Author: seabreeze
Date: 2017-08-24 21:21
Fuzzy,
The New Orleans jazz scene has always been weird and fascinating, like so many other things about this crazy city. Charles Suhor does a fine journalistic job of covering it in his "Jazz in New Orleans: The Postwar Years till 1970." Thomas W. Jacobsen in "Traditional New Orleans Jazz: Conversations with the Men Who Make the Music" offers a different perspective that includes such local clarinetists as Michael White, Evan Christopher, and Tom Fischer. The bittersweet attempts to teach jazz in local schools are followed by Al Kennedy's "Chord Changes on the Chalkboard: How Public School Teachers Shaped Jazz and Music in New Orleans." This one is a real eye-opener for many readers who naively suppose that jazz just falls from the sky like a force of nature.
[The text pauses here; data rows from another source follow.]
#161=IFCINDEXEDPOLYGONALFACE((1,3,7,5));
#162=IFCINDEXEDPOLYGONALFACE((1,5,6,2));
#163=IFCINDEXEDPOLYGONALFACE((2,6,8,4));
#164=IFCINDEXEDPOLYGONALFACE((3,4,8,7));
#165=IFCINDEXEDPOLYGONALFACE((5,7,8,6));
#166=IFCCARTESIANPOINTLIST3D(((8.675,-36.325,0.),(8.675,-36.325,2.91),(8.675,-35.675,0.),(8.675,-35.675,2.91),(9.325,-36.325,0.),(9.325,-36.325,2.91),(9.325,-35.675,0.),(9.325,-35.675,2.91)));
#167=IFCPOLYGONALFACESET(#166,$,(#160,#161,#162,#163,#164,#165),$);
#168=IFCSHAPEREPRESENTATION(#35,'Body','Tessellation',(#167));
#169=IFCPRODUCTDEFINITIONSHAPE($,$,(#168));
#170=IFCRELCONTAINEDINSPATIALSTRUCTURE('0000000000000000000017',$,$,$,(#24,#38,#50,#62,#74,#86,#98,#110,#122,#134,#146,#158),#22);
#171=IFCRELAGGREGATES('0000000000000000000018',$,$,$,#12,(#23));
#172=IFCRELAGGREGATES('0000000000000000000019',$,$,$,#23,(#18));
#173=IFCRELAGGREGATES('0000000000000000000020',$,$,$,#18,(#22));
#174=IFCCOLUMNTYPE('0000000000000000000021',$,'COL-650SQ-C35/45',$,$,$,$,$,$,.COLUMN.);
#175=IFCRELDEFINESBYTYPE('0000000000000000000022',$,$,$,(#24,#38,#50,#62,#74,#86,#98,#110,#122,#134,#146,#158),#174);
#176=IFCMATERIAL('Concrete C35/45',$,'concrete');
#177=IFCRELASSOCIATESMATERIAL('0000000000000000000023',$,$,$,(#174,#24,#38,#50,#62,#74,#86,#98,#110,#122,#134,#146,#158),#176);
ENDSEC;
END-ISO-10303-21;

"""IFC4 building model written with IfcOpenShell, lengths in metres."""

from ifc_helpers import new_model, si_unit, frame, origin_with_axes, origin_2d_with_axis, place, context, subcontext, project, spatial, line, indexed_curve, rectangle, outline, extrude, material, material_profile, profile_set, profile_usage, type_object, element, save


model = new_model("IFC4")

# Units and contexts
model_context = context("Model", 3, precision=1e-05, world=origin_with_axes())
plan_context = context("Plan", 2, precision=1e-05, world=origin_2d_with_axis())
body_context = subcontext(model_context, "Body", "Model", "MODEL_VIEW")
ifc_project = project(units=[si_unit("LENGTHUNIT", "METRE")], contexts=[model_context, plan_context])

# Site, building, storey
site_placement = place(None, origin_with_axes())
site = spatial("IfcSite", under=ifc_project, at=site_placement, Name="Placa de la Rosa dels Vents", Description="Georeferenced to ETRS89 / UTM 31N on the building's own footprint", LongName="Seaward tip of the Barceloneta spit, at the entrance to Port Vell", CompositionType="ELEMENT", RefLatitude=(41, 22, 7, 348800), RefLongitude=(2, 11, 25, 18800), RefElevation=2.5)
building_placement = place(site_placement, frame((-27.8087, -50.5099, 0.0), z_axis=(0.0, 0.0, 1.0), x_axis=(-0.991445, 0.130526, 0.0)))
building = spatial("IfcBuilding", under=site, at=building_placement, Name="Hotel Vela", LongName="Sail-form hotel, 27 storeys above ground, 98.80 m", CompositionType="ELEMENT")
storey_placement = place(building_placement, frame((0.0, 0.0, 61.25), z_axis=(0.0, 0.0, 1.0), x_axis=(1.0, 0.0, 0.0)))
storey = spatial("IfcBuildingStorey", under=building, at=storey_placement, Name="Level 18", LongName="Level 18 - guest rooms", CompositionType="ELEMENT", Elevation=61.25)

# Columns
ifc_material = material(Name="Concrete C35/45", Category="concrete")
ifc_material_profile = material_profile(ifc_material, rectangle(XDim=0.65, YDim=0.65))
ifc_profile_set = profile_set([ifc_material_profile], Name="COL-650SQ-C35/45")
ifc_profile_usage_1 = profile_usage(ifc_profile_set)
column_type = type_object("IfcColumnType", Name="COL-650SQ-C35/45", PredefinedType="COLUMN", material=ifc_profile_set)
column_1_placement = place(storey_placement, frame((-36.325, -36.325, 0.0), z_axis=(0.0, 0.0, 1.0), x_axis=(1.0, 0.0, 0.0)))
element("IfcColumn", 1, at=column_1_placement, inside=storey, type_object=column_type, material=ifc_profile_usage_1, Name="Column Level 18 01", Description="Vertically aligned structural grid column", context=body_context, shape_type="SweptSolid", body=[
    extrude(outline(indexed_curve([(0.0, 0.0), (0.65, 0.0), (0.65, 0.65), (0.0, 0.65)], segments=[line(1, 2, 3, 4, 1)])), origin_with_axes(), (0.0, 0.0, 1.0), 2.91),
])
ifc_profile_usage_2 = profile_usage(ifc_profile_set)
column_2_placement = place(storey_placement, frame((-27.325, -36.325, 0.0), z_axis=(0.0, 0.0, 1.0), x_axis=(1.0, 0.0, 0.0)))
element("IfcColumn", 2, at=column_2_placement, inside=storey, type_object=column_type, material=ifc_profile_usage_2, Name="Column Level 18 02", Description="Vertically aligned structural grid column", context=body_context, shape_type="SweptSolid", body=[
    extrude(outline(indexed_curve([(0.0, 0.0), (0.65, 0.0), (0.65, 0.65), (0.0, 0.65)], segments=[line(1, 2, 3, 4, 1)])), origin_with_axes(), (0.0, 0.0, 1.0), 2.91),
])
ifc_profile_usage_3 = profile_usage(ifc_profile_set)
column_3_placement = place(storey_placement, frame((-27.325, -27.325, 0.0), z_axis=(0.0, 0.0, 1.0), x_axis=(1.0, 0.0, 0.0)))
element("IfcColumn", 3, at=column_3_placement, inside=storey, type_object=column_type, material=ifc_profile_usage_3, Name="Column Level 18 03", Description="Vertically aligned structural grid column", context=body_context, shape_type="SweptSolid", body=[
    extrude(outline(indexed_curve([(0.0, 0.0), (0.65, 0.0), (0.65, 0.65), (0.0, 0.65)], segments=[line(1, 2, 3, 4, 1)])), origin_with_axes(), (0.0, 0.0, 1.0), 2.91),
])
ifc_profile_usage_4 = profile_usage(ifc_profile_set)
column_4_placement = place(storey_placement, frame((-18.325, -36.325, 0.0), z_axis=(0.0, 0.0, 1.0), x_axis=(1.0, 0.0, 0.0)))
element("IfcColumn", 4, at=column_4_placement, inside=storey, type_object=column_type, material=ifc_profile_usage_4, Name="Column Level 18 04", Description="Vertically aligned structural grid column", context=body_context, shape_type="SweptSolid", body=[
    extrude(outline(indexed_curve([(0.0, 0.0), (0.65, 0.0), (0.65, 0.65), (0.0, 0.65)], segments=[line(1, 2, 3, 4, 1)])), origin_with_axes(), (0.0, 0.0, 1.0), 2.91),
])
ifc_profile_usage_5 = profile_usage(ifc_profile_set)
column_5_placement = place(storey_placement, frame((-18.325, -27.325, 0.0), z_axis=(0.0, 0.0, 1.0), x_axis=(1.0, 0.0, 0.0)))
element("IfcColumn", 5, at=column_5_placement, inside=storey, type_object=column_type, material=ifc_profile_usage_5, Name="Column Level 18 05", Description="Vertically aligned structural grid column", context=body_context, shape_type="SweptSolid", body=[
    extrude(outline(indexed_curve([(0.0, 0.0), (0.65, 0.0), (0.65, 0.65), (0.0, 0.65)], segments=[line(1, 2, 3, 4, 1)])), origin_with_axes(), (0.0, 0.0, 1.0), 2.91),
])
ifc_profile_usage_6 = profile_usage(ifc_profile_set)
Jazz players are usually fervently looking for people to "school" them, and Collins in his Bechet biography, for instance, painstakingly shows how Bechet played hooky from one school to be educated in another when he chose to hang out with the best clarinet players he could find all over the city. Fountain spent many hours outside the doors of the places Fazola played, listening to and mimicking every note and phrase.
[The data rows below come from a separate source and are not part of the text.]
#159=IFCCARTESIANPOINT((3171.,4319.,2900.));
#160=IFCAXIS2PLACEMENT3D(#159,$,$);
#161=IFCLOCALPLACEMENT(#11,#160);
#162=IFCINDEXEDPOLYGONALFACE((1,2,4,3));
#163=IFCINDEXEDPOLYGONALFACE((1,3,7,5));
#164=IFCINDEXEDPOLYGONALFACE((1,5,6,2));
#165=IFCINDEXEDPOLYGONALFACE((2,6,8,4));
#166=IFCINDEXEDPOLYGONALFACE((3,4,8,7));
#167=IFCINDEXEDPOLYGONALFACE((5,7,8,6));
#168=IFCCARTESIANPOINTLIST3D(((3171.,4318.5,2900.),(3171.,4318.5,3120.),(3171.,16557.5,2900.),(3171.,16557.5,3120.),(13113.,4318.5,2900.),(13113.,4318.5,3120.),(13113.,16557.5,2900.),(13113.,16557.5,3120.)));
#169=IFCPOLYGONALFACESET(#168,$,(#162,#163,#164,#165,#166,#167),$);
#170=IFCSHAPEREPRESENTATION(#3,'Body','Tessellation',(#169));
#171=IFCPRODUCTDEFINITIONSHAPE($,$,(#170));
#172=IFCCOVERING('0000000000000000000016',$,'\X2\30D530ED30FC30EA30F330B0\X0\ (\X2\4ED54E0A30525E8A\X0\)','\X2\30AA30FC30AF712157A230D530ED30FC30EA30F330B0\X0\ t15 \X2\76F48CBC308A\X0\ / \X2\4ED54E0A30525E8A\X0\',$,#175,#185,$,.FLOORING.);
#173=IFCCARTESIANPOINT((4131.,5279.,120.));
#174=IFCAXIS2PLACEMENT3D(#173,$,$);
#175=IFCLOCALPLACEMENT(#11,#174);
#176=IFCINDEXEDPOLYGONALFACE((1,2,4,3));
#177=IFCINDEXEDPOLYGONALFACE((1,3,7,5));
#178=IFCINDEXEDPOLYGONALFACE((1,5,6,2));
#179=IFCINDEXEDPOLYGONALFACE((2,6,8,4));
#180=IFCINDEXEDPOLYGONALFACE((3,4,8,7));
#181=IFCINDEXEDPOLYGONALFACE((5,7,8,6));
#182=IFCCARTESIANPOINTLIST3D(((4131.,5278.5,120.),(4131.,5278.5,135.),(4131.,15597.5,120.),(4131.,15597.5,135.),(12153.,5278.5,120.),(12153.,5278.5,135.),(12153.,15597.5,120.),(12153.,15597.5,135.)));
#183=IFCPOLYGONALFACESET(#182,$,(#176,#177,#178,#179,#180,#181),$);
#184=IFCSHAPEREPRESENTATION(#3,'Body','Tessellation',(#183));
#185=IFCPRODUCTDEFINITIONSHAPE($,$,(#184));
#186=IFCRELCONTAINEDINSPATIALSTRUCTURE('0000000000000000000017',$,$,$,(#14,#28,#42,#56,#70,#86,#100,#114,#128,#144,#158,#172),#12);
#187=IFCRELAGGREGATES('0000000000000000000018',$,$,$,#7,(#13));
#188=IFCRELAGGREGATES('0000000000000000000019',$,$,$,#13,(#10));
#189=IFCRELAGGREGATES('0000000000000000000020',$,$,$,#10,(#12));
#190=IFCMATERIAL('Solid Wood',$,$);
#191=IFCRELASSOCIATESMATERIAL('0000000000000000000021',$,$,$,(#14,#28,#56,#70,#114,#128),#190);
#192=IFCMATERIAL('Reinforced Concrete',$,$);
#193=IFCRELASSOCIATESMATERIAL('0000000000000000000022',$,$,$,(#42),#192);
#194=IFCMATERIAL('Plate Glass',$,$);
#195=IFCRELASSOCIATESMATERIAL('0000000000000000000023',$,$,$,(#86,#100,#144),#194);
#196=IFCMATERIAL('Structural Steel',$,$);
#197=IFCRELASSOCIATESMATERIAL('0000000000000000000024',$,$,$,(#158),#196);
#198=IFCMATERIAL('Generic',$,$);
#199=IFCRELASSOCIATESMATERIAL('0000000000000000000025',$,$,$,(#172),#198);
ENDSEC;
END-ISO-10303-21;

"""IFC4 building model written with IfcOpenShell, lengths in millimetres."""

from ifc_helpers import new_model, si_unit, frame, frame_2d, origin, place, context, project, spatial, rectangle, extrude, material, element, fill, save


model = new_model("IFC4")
When people say music comes naturally to a certain player, they are only telling half the truth. What comes naturally is the desire to spend the countless hours of listening and practice time necessary to become a good player. The desire and aptitude are forces of nature (and specific human cultures) but the accomplishment of the goal is always time consuming and very hard work even for those gifted with talent--as it was for Bechet and Fountain and Artie Shaw.